There were times, my darling child, that I wanted to run away. Or hide. Or beg "Five minutes, baby. Please-- just give me five minutes." But that proved to be nearly impossible for you to give. What saved me  were these occasional flashes of incandescent brilliance-- leaps of fancy and abstraction that dazzled me and startled me and fairly took my breath away. You so clearly "got it."

At six, you declared that when you grew up, you would "build houses for all the poor people, and make sure that they had enough to eat." At ten, you burst into tears - not because Representative Gabby Giffords had been shot, and not that there were a handful of others (including a young child) caught in the wake of those senseless bullets -- but because there was no outcry for the young boy who'd been murdered (also by senseless bullets) on the south side of Chicago only a few days before. You cried out: Where was the justice, the attention, the president's speech for the poor black child lost to urban warfare? Why just the richer, white people in Arizona? At twelve, you chose your the Torah portion for your Bar Mitzvah to be Sh'lach Lecha; the one about the giants and the spies, yes-- but you chose to talk about the commandments we were given on how to treat "the stranger"-- the outside-of, the kept-apart one, the Other.

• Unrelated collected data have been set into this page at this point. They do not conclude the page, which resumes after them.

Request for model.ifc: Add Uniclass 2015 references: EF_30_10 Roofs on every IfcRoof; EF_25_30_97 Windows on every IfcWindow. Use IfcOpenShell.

First a look at what the model holds.

```python
import ifcopenshell

model = ifcopenshell.open("model.ifc")
print(model.schema)
print("classifications:", [c.Name for c in model.by_type("IfcClassification")])
for ifc_class in ("IfcDoor", "IfcRoof", "IfcStair", "IfcWall", "IfcWindow"):
    print(ifc_class, len(model.by_type(ifc_class)))
```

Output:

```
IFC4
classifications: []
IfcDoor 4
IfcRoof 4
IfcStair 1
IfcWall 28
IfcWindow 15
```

```python
import ifcopenshell
import ifcopenshell.api.classification

model = ifcopenshell.open("model.ifc")

system = ifcopenshell.api.classification.add_classification(model, classification="Uniclass 2015")

codes = {
    "IfcRoof": ("EF_30_10", "Roofs"),
    "IfcWindow": ("EF_25_30_97", "Windows"),
}
for ifc_class, (code, name) in codes.items():
    products = model.by_type(ifc_class)
    ifcopenshell.api.classification.add_reference(
        model, products=products, classification=system, identification=code, name=name
    )
    print(code, len(products))

model.write("model_rev.ifc")
```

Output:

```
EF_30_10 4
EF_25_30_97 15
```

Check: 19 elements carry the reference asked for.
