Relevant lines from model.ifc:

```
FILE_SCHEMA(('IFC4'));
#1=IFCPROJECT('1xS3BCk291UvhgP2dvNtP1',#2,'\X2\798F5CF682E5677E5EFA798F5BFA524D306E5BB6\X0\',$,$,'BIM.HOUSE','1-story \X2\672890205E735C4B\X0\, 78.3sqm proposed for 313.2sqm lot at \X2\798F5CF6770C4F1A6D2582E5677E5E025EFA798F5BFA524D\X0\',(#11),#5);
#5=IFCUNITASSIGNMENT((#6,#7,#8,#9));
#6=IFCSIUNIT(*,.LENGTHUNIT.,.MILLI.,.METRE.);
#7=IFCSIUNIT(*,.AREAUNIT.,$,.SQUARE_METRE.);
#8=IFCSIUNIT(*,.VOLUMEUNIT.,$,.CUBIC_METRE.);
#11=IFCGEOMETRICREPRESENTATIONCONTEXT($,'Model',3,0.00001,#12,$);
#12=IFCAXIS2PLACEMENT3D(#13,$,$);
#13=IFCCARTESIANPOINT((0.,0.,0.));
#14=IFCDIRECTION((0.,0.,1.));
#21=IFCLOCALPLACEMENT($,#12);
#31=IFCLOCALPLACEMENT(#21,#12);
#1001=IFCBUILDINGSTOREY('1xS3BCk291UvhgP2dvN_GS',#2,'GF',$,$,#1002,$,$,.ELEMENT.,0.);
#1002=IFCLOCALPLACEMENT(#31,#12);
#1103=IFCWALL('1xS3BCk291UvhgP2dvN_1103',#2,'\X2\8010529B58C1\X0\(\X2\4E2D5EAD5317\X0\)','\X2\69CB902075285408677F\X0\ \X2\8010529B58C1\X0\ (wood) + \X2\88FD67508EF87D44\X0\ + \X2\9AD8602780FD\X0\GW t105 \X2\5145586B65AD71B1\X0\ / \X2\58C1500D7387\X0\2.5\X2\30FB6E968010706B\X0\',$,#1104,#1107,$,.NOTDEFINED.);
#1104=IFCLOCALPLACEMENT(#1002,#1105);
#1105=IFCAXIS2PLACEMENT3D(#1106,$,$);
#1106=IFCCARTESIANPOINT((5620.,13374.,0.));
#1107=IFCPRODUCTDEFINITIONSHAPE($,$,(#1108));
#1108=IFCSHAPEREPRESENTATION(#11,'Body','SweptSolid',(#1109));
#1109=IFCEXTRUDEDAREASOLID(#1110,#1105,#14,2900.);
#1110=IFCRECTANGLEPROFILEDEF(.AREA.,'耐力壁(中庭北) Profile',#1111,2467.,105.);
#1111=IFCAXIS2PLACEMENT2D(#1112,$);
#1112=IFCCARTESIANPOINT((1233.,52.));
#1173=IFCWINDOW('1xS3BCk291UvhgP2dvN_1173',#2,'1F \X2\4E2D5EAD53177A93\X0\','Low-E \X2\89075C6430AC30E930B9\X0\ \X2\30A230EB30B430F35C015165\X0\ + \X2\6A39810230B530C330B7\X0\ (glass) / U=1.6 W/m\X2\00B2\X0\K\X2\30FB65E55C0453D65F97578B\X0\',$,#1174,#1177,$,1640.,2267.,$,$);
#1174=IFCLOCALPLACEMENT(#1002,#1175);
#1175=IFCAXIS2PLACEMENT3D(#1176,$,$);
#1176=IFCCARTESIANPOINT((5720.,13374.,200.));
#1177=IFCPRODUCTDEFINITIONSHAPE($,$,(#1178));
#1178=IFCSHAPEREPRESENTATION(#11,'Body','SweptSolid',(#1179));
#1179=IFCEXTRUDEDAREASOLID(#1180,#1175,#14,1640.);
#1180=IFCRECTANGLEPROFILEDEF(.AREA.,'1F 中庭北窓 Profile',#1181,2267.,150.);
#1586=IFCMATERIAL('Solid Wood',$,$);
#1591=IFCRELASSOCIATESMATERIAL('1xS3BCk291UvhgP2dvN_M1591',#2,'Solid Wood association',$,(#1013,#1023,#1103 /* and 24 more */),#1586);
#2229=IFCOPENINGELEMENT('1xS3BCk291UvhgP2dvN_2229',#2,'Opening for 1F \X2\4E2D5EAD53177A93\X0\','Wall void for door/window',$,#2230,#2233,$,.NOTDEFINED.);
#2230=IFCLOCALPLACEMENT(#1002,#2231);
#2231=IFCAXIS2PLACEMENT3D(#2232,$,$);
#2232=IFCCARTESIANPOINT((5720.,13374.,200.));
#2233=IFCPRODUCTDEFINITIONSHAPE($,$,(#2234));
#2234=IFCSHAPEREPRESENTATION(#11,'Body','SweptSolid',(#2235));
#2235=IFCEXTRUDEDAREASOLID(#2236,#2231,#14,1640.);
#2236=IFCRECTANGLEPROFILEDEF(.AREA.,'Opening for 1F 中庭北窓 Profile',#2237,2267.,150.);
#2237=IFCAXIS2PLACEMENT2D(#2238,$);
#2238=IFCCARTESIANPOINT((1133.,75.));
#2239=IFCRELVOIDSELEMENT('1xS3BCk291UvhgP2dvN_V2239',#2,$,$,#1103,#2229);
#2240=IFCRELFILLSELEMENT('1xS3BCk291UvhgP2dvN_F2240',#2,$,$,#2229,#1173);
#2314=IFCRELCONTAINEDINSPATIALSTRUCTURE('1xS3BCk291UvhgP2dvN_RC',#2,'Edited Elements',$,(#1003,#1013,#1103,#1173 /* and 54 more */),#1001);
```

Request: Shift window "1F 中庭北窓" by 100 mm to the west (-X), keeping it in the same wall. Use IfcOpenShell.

```python
import ifcopenshell
import ifcopenshell.api.geometry
import ifcopenshell.util.placement
import ifcopenshell.util.unit

model = ifcopenshell.open("model.ifc")
unit_scale = ifcopenshell.util.unit.calculate_unit_scale(model)

window = model.by_guid("1xS3BCk291UvhgP2dvN_1173")
opening = window.FillsVoids[0].RelatingOpeningElement
wall = opening.VoidsElements[0].RelatingBuildingElement

wall_matrix = ifcopenshell.util.placement.get_local_placement(wall.ObjectPlacement)
shift = wall_matrix[:3, 0] * -0.1 / unit_scale
before = ifcopenshell.util.placement.get_local_placement(window.ObjectPlacement)[:3, 3].copy()

# The window is not placed relative to its opening, so move both.
for product in (opening, window):
    matrix = ifcopenshell.util.placement.get_local_placement(product.ObjectPlacement)
    matrix[:3, 3] += shift
    ifcopenshell.api.geometry.edit_object_placement(model, product=product, matrix=matrix, is_si=False)

after = ifcopenshell.util.placement.get_local_placement(window.ObjectPlacement)[:3, 3]
print("window moved by", (after - before).round(3) + 0.0)

model.write("model_v2.ifc")
```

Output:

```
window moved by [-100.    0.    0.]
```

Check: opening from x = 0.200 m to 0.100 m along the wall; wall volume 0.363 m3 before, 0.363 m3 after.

Oh, may darling boy-- you so clearly get it. You have no shyness in telling me you don't believe in God. But you believe in kindness; I'm good with that. You so clearly have a sense of righteousness and compassion that I swear will heal the world. I have no doubt that you will build the houses, fight for justice, demand that we treat one another kindly and with love. You are that boy, and I am so amazed at the grace and the gift I have been given in being your mom.

Don't get me wrong, beloved-- you will have your struggles. You know that already. And I won't be able to heal your hurt every time. Or even any time. You know that, too. I will not always have words of wisdom, sage advice, or answers (easy or cryptic, take your pick). There will be moments of speechlessness and hurt, and a heaping pile of seething anger. On your side. And mine. We are who we are, right? 

But given all our faults and humanity, I can promise you forgiveness. I can promise that nothing you do or say will ever make me love you less. I promise open arms and comfort. And love. Ever and always-- love. What you taught me-- that there is love, unconditional, infinite and filled with grace. 

A decade and a half later, I still have no clue about a maternal instinct. Frankly, at this point, I could not care less about maternal instinct. I'm your mom. For good, forever, learned or innate, messed up and glorious and neurotically anxious and trying to keep up -- I am your mom. It's the most important truth of the universe. I can't imagine a life, a world, a minute, a day where I am not your mother.

And for that, I am forever grateful, and will be forever blessed.